§ **Exercise objective**
Please copy out each line of the listing that contains the word "IFCSIUNIT".

== == ==

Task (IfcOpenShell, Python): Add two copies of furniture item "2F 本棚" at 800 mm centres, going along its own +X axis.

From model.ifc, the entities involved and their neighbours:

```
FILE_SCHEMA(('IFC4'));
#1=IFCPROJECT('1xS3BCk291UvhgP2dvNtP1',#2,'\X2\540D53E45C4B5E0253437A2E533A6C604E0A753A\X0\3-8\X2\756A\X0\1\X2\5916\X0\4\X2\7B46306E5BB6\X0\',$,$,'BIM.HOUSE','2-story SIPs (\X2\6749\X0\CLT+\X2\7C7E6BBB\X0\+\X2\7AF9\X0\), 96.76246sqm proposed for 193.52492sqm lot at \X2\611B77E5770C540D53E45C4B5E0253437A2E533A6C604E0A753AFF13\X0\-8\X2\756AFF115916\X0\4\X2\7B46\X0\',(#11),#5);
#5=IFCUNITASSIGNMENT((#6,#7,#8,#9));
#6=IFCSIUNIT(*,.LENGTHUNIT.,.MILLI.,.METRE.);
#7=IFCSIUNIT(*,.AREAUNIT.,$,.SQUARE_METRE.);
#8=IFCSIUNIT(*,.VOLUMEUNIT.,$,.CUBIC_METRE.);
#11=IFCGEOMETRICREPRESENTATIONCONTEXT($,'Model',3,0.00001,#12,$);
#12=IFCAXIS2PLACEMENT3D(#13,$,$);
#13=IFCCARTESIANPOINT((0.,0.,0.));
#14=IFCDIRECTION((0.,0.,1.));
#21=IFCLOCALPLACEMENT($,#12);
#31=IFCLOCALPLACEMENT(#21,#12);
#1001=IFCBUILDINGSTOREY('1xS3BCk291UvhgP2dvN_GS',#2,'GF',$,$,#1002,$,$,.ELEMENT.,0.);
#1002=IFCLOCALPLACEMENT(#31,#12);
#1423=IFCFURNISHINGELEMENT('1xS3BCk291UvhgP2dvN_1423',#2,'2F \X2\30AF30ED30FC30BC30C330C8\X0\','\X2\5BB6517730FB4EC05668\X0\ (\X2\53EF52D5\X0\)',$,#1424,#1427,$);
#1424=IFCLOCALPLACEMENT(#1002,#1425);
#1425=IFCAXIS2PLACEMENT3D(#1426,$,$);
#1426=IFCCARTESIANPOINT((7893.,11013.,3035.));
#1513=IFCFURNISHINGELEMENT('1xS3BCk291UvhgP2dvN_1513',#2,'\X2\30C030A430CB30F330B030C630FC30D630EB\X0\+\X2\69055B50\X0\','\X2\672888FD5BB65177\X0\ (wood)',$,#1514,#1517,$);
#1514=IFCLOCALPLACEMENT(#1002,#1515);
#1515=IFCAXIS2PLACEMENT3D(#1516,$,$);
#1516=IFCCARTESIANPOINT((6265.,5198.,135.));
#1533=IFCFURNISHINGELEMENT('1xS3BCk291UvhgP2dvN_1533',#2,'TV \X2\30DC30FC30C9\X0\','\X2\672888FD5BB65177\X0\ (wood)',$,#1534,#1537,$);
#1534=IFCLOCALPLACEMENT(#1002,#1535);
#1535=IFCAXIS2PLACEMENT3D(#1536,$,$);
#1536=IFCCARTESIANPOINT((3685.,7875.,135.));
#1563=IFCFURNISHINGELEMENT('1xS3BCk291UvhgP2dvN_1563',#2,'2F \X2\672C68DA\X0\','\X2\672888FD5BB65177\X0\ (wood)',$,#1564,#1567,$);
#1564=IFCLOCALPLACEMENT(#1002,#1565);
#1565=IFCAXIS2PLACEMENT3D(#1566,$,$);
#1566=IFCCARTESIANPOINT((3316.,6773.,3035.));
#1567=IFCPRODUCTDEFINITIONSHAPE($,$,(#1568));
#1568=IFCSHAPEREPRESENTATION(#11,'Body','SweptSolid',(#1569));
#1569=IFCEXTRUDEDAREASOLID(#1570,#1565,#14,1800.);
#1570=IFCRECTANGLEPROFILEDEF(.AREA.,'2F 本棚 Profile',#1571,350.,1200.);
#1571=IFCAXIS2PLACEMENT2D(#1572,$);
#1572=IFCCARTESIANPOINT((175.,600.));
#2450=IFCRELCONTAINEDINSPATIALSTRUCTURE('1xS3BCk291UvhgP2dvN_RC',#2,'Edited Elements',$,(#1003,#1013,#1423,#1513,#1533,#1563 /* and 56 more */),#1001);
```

```python
import ifcopenshell
import ifcopenshell.api.geometry
import ifcopenshell.api.root
import ifcopenshell.util.element
import ifcopenshell.util.placement

model = ifcopenshell.open("model.ifc")


def reuse_history(source, copy):
    """copy_class also copies each property set's owner history, people and application; keep the originals."""
    for rel in copy.IsDefinedBy:
        if rel.is_a("IfcRelDefinesByProperties") and (history := rel.RelatingPropertyDefinition.OwnerHistory):
            rel.RelatingPropertyDefinition.OwnerHistory = source.OwnerHistory
            ifcopenshell.util.element.remove_deep2(model, history)


source = model.by_guid("1xS3BCk291UvhgP2dvN_1563")
base = ifcopenshell.util.placement.get_local_placement(source.ObjectPlacement)
step = base[:3, 0] * 800.0

for i in range(1, 3):
    copy = ifcopenshell.api.root.copy_class(model, product=source)
    copy.Representation = ifcopenshell.util.element.copy_deep(
        model, source.Representation, exclude=["IfcGeometricRepresentationContext", "IfcRepresentationMap"]
    )
    reuse_history(source, copy)
    matrix = base.copy()
    matrix[:3, 3] += i * step
    print("added at", matrix[:3, 3].round(3) + 0.0)
    ifcopenshell.api.geometry.edit_object_placement(model, product=copy, matrix=matrix, is_si=False)

model.write("model_rev.ifc")
```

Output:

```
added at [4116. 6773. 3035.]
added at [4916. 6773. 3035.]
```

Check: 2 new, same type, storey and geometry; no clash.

== == ==

§ **Output below**
#6=IFCSIUNIT(*,.LENGTHUNIT.,.MILLI.,.METRE.);
#7=IFCSIUNIT(*,.AREAUNIT.,$,.SQUARE_METRE.);
#8=IFCSIUNIT(*,.VOLUMEUNIT.,$,.CUBIC_METRE.);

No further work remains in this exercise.